Operators are welcome but don’t make much of a difference overall. Ubisoft

Much like Siege, Extraction includes a variety of Operators, but this time, there are only 18 to choose from (as opposed to the over 60 in Siege). These characters have special abilities and weapons that help mix things up, at least slightly. One Operator, Pulse, is fantastic, with the ability to see Archaean nests and collectible items through walls. Meanwhile, the Doc Operator can heal himself or other players, making him a desirable choice.

Though the Operators all feel distinct, they aren’t enough to cause much of a break in the repetition overall. Since the objectives all blur together, the Operators don’t have the same chance to shine like they do in Siege. What’s the point of having so many intriguing Operators if there isn’t much of a reason to switch between them?

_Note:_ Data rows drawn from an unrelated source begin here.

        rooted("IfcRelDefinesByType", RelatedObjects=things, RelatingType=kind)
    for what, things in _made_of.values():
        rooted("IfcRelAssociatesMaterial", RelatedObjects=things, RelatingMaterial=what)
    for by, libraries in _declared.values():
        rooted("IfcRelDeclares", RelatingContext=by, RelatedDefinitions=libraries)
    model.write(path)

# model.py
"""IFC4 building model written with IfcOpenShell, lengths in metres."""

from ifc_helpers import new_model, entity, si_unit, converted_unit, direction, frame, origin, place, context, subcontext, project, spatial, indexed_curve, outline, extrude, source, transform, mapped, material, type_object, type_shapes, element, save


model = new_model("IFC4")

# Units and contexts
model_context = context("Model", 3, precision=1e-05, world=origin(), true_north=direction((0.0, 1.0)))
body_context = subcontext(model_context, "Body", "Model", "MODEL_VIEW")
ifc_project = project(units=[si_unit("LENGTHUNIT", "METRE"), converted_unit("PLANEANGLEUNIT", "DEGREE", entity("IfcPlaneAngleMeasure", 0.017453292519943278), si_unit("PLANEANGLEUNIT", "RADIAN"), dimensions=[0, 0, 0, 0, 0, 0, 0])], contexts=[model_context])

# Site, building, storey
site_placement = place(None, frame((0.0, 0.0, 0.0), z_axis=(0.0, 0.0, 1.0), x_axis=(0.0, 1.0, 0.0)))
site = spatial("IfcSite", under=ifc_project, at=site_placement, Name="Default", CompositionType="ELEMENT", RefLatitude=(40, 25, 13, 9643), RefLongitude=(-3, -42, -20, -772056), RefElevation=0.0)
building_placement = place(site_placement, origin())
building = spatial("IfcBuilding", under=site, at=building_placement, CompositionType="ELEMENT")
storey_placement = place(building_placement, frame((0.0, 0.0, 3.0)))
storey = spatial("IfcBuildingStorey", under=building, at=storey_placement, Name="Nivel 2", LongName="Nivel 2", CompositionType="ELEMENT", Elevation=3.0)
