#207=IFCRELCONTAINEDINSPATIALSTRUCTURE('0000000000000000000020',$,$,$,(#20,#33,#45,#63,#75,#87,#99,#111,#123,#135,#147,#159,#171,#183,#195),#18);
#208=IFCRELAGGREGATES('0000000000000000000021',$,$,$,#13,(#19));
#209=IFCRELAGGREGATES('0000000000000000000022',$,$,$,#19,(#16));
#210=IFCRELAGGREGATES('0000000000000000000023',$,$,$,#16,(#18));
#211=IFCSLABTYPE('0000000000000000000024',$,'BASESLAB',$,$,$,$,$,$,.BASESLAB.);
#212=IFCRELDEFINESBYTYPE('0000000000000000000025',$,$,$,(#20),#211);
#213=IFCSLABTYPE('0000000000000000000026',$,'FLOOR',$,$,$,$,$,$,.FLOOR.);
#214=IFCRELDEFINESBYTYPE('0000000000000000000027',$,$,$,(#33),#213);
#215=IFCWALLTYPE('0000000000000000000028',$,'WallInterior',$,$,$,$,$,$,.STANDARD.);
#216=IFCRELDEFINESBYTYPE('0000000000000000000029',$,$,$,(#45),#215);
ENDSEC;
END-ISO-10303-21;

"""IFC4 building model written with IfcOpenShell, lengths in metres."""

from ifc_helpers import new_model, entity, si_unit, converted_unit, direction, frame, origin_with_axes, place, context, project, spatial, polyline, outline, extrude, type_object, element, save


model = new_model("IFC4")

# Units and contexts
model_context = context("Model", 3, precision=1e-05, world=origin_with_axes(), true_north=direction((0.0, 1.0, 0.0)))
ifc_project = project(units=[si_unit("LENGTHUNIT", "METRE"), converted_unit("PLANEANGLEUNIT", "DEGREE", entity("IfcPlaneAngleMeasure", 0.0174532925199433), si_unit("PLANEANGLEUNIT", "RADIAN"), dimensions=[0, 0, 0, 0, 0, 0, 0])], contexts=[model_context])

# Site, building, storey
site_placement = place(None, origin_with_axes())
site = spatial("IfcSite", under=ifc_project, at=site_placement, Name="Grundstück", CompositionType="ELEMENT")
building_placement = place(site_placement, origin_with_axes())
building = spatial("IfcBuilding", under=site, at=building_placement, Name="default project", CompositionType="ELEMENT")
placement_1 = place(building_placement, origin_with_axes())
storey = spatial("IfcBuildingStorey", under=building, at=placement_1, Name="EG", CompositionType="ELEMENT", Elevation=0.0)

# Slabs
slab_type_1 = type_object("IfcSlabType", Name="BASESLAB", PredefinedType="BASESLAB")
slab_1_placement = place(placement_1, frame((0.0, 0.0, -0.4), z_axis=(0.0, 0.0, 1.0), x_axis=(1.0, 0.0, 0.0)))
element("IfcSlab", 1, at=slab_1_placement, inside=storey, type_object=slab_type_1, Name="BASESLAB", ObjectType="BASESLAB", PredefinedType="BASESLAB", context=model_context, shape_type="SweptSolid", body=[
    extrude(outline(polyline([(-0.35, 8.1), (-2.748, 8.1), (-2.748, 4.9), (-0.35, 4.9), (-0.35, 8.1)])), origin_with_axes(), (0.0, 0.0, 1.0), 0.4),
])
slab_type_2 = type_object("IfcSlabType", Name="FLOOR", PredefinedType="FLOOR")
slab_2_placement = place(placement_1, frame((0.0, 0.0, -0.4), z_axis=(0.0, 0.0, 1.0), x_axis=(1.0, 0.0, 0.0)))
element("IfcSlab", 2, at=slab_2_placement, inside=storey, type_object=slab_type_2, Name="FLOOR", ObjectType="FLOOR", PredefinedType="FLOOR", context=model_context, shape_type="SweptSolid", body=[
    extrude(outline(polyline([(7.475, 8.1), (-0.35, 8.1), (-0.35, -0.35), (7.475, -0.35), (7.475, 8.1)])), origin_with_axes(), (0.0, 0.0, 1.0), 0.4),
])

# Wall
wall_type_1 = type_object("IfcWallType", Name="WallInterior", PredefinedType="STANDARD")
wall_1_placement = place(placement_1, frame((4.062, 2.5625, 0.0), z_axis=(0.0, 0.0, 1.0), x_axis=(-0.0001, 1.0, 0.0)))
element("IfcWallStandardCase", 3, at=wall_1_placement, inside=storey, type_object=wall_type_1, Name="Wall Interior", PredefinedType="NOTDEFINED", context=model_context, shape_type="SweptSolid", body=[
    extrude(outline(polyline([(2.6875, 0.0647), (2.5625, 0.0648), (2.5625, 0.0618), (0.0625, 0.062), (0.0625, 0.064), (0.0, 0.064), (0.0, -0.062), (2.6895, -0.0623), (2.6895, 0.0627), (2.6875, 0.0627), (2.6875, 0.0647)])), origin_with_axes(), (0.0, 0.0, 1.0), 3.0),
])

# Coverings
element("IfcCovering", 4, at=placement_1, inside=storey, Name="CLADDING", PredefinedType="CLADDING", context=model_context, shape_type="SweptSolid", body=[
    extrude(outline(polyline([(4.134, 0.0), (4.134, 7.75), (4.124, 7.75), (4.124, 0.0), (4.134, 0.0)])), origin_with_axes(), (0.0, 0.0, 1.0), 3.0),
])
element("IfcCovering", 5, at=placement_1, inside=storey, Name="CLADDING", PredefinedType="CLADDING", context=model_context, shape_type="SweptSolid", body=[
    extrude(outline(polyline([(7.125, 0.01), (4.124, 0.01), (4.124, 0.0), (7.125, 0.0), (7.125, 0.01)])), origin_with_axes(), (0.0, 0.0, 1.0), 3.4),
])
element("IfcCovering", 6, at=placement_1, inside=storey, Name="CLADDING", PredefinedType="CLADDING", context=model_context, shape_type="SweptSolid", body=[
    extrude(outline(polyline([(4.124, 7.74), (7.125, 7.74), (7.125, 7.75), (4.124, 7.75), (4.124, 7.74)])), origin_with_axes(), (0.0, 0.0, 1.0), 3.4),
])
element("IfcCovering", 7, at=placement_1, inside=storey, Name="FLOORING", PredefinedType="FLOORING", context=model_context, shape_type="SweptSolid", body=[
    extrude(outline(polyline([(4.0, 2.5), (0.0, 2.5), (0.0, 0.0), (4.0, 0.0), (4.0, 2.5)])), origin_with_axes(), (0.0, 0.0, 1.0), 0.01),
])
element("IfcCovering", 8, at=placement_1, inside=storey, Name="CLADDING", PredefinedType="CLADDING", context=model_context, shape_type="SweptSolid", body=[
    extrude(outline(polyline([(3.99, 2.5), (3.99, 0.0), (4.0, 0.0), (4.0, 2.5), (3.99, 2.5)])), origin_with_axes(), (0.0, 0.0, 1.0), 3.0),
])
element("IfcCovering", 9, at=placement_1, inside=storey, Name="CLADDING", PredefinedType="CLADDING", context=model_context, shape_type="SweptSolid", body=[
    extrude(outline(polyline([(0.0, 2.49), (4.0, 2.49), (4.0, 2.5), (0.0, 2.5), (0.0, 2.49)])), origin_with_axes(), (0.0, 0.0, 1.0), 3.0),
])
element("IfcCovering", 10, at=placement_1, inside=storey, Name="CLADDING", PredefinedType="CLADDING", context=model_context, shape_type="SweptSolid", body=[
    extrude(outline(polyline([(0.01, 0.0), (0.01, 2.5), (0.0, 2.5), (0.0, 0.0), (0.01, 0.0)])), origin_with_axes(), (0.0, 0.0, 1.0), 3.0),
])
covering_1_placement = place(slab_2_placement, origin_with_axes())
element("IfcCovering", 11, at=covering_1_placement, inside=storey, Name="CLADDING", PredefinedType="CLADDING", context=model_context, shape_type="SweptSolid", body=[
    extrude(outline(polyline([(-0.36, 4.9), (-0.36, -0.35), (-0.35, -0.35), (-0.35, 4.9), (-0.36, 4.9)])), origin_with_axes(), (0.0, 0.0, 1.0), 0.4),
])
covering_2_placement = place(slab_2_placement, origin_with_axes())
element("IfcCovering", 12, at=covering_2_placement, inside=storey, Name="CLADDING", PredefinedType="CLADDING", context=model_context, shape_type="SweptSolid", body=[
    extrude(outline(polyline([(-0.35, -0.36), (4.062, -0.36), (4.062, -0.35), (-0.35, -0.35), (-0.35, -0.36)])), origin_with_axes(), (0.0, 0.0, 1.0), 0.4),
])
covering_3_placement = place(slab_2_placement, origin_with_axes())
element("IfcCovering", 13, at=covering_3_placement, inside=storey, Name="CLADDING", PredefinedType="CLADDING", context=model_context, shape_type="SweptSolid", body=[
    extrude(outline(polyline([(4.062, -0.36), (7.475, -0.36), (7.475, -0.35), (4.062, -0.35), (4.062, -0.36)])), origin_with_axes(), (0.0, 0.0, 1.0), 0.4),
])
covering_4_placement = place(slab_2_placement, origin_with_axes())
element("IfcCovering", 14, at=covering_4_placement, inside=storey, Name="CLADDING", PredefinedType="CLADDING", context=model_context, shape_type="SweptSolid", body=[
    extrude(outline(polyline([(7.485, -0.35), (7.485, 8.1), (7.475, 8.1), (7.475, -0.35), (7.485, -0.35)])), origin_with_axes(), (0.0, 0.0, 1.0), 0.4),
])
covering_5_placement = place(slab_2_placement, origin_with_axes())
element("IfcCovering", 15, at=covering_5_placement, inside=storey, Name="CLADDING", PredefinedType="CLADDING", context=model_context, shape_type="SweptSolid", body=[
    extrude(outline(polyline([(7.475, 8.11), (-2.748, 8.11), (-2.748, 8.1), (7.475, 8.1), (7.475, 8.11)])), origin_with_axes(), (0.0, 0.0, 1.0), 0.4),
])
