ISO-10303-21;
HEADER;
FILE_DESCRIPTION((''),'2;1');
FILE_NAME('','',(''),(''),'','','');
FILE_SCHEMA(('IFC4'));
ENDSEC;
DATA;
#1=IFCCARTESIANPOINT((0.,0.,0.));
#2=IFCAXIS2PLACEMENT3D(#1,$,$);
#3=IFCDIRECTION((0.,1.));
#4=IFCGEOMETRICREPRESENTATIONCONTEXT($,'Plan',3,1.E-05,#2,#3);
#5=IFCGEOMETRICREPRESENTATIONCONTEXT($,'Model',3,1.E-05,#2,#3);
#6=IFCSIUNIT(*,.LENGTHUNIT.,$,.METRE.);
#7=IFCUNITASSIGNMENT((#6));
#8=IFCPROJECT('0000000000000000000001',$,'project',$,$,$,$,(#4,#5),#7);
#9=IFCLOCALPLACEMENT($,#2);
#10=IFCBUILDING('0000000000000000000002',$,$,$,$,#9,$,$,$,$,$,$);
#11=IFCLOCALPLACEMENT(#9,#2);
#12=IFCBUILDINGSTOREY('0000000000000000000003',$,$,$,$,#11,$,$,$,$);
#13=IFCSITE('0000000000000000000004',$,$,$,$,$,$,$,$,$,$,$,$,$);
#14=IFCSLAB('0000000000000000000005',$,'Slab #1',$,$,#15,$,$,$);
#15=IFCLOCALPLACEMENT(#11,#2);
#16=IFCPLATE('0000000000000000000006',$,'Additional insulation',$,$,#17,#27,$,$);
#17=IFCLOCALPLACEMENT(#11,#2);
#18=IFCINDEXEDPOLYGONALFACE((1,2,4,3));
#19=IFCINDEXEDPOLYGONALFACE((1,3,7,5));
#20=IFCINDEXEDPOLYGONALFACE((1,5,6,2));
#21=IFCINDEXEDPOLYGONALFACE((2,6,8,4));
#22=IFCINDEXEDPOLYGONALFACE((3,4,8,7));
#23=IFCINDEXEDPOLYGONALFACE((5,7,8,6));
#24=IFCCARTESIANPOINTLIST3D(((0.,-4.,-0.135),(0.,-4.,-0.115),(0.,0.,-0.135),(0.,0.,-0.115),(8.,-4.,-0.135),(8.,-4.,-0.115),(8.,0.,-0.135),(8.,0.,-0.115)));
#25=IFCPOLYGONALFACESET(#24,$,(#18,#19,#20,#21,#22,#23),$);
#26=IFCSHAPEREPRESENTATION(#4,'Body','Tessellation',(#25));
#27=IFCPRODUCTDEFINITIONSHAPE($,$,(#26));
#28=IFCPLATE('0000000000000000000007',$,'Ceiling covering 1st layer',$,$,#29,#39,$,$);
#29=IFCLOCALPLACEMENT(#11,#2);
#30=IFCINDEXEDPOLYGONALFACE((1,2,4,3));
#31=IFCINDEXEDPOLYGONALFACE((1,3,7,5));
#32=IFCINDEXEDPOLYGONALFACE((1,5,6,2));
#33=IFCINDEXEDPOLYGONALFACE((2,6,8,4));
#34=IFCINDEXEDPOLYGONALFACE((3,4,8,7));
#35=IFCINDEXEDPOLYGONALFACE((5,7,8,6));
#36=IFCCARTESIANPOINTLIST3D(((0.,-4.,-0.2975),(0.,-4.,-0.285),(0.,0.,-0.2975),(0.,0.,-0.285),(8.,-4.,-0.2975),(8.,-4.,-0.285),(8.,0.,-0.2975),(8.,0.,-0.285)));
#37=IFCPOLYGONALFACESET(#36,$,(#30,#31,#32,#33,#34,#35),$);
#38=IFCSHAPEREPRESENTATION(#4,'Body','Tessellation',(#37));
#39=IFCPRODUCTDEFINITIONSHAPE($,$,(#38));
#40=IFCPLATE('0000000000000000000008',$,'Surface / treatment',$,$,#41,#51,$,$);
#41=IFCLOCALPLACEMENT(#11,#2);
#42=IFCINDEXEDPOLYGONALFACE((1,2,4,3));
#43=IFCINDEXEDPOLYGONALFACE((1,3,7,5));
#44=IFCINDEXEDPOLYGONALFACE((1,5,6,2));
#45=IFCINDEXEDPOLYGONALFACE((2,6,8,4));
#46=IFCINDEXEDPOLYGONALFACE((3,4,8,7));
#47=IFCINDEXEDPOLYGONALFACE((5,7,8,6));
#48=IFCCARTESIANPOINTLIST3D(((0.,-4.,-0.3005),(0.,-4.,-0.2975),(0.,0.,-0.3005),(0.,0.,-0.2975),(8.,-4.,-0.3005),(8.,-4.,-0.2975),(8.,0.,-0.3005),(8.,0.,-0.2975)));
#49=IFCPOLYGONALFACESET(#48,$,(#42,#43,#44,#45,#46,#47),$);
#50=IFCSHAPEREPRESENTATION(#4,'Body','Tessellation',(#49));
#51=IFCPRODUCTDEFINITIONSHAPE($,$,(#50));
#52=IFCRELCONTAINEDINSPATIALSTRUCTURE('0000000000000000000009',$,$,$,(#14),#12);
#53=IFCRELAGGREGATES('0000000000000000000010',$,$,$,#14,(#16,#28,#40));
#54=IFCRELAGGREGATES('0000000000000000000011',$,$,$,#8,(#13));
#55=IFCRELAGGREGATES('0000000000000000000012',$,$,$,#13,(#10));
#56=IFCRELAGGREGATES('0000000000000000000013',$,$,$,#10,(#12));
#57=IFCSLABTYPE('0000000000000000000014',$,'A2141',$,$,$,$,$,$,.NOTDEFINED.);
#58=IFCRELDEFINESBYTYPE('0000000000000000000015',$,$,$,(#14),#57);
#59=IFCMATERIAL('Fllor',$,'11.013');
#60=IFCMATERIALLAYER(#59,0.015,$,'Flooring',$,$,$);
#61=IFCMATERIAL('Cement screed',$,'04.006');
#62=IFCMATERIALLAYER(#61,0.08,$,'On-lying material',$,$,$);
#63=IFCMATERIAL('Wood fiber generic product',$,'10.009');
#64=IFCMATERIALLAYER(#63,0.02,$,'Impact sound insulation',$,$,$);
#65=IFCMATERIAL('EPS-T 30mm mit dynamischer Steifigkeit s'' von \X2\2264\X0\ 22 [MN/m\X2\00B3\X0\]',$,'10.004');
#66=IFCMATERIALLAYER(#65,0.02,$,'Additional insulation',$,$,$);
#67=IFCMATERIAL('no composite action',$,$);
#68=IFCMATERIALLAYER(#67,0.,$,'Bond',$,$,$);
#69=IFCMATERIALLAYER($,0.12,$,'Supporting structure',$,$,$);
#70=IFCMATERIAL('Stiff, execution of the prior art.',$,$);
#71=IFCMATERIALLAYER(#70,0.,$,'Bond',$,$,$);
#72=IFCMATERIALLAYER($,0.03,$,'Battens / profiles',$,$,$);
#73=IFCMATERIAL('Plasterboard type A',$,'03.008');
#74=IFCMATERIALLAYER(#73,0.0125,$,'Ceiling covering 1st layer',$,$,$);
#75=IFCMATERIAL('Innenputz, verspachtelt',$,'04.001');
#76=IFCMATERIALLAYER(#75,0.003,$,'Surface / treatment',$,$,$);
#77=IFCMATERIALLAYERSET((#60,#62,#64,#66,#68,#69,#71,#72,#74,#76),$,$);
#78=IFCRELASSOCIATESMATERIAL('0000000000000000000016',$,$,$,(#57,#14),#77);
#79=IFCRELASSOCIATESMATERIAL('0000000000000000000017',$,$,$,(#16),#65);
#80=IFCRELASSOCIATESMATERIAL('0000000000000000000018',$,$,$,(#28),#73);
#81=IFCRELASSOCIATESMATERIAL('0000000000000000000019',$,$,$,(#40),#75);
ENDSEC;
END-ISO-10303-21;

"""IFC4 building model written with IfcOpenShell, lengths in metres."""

from ifc_helpers import new_model, si_unit, direction, frame, frame_2d, origin, place, context, project, spatial, rectangle, extrude, material, layer, layer_set, type_object, element, aggregate, save


model = new_model("IFC4")

# Units and contexts
plan_context = context("Plan", 3, precision=1e-05, world=origin(), true_north=direction((0.0, 1.0)))
model_context = context("Model", 3, precision=1e-05, world=origin(), true_north=direction((0.0, 1.0)))
ifc_project = project(units=[si_unit("LENGTHUNIT", "METRE")], contexts=[plan_context, model_context])

# Site, building, storey
site = spatial("IfcSite", under=ifc_project)
building_placement = place(None, origin())
building = spatial("IfcBuilding", under=site, at=building_placement)
storey_placement = place(building_placement, origin())
storey = spatial("IfcBuildingStorey", under=building, at=storey_placement)

# Slab, plates
ifc_material_1 = material(Name="Fllor", Category="11.013")
ifc_layer_1 = layer(ifc_material_1, 0.015, Name="Flooring")
ifc_material_2 = material(Name="Cement screed", Category="04.006")
ifc_layer_2 = layer(ifc_material_2, 0.08, Name="On-lying material")
ifc_material_3 = material(Name="Wood fiber generic product", Category="10.009")
ifc_layer_3 = layer(ifc_material_3, 0.02, Name="Impact sound insulation")
ifc_material_4 = material(Name="EPS-T 30mm mit dynamischer Steifigkeit s' von ≤ 22 [MN/m³]", Category="10.004")
ifc_layer_4 = layer(ifc_material_4, 0.02, Name="Additional insulation")
ifc_material_5 = material(Name="no composite action")
ifc_layer_5 = layer(ifc_material_5, 0.0, Name="Bond")
ifc_layer_6 = layer(None, 0.12, Name="Supporting structure")
ifc_material_6 = material(Name="Stiff, execution of the prior art.")
ifc_layer_7 = layer(ifc_material_6, 0.0, Name="Bond")
ifc_layer_8 = layer(None, 0.03, Name="Battens / profiles")
ifc_material_7 = material(Name="Plasterboard type A", Category="03.008")
ifc_layer_9 = layer(ifc_material_7, 0.0125, Name="Ceiling covering 1st layer")
ifc_material_8 = material(Name="Innenputz, verspachtelt", Category="04.001")
ifc_layer_10 = layer(ifc_material_8, 0.003, Name="Surface / treatment")
ifc_layer_set = layer_set([ifc_layer_1, ifc_layer_2, ifc_layer_3, ifc_layer_4, ifc_layer_5, ifc_layer_6, ifc_layer_7, ifc_layer_8, ifc_layer_9, ifc_layer_10])
slab_type = type_object("IfcSlabType", Name="A2141", PredefinedType="NOTDEFINED", material=ifc_layer_set)
slab_placement = place(None, frame((0.0, 0.0, 0.0), z_axis=(0.0, 0.0, -1.0), x_axis=(1.0, 0.0, 0.0)))
slab = element("IfcSlab", 1, at=slab_placement, inside=storey, type_object=slab_type, material=ifc_layer_set, Name="Slab #1")
plate_1_placement = place(slab_placement, origin())
plate_1 = element("IfcPlate", 2, at=plate_1_placement, material=ifc_material_4, Name="Additional insulation", context=plan_context, shape_type="SweptSolid", body=[
    extrude(rectangle(XDim=8.0, YDim=4.0, at=frame_2d((4.0, 2.0), x_axis=(1.0, 0.0))), frame((0.0, 0.0, 0.115), z_axis=(0.0, 0.0, 1.0), x_axis=(1.0, 0.0, 0.0)), (0.0, 0.0, 1.0), 0.02),
])
plate_2_placement = place(slab_placement, origin())
plate_2 = element("IfcPlate", 3, at=plate_2_placement, material=ifc_material_7, Name="Ceiling covering 1st layer", context=plan_context, shape_type="SweptSolid", body=[
    extrude(rectangle(XDim=8.0, YDim=4.0, at=frame_2d((4.0, 2.0), x_axis=(1.0, 0.0))), frame((0.0, 0.0, 0.285), z_axis=(0.0, 0.0, 1.0), x_axis=(1.0, 0.0, 0.0)), (0.0, 0.0, 1.0), 0.0125),
])
plate_3_placement = place(slab_placement, origin())
plate_3 = element("IfcPlate", 4, at=plate_3_placement, material=ifc_material_8, Name="Surface / treatment", context=plan_context, shape_type="SweptSolid", body=[
    extrude(rectangle(XDim=8.0, YDim=4.0, at=frame_2d((4.0, 2.0), x_axis=(1.0, 0.0))), frame((0.0, 0.0, 0.2975), z_axis=(0.0, 0.0, 1.0), x_axis=(1.0, 0.0, 0.0)), (0.0, 0.0, 1.0), 0.003),
])
aggregate(slab, [plate_1, plate_2, plate_3])

save(model, "model.ifc")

Some feel useless compared to others and it's disappointing the Operator you choose doesn’t seem to matter much overall.

One highlight of Extraction is the way it handles death. If you’re eliminated, the Operator you were playing as must be rescued from that particular stage before they can be used again. This forces you to experiment with other Operators in a way that makes sense within the context of the game’s narrative. This goes way beyond a simple “game over” screen and instead motivates you to stay alive as you work your way through the stages. Dying is penalized, but its consequences are never irreversible. Sadly, this unique idea barely stands out amid the sea of generic design decisions.

Extraction is a game that was clearly stuck in development hell for a reason. Ubisoft eventually came to the realization that it was time to get this game out the door, and the result is a jumbled pile of ideas you’ve seen before, executed in a wildly uninteresting way.

5/10

Inverse reviewed Rainbow Six Extraction on PS5. It’s available for PlayStation, Xbox, and PC on January 20, 2022.

INVERSE VIDEO GAME REVIEW ETHOS: When it comes to video games, Inverse values a few qualities that other sites may not. For instance, we care about hours over money. Many new AAA games have similar costs, which is why we value the experience of playing more than price comparisons. We don’t value grinding and fetch quests as much as games that make the most out of every level. We also care about the in-game narrative more than most. If the world of a video game is rich enough to foster sociological theories about its government and character backstories, it’s a game we won’t be able to stop thinking about, no matter its price or popularity. We won’t punch down. We won’t evaluate an indie game in the same way we will evaluate a AAA game that’s produced by a team of thousands. We review games based on what’s available in our consoles at the time. And finally, we have very little tolerance for junk science. (Magic is always OK.)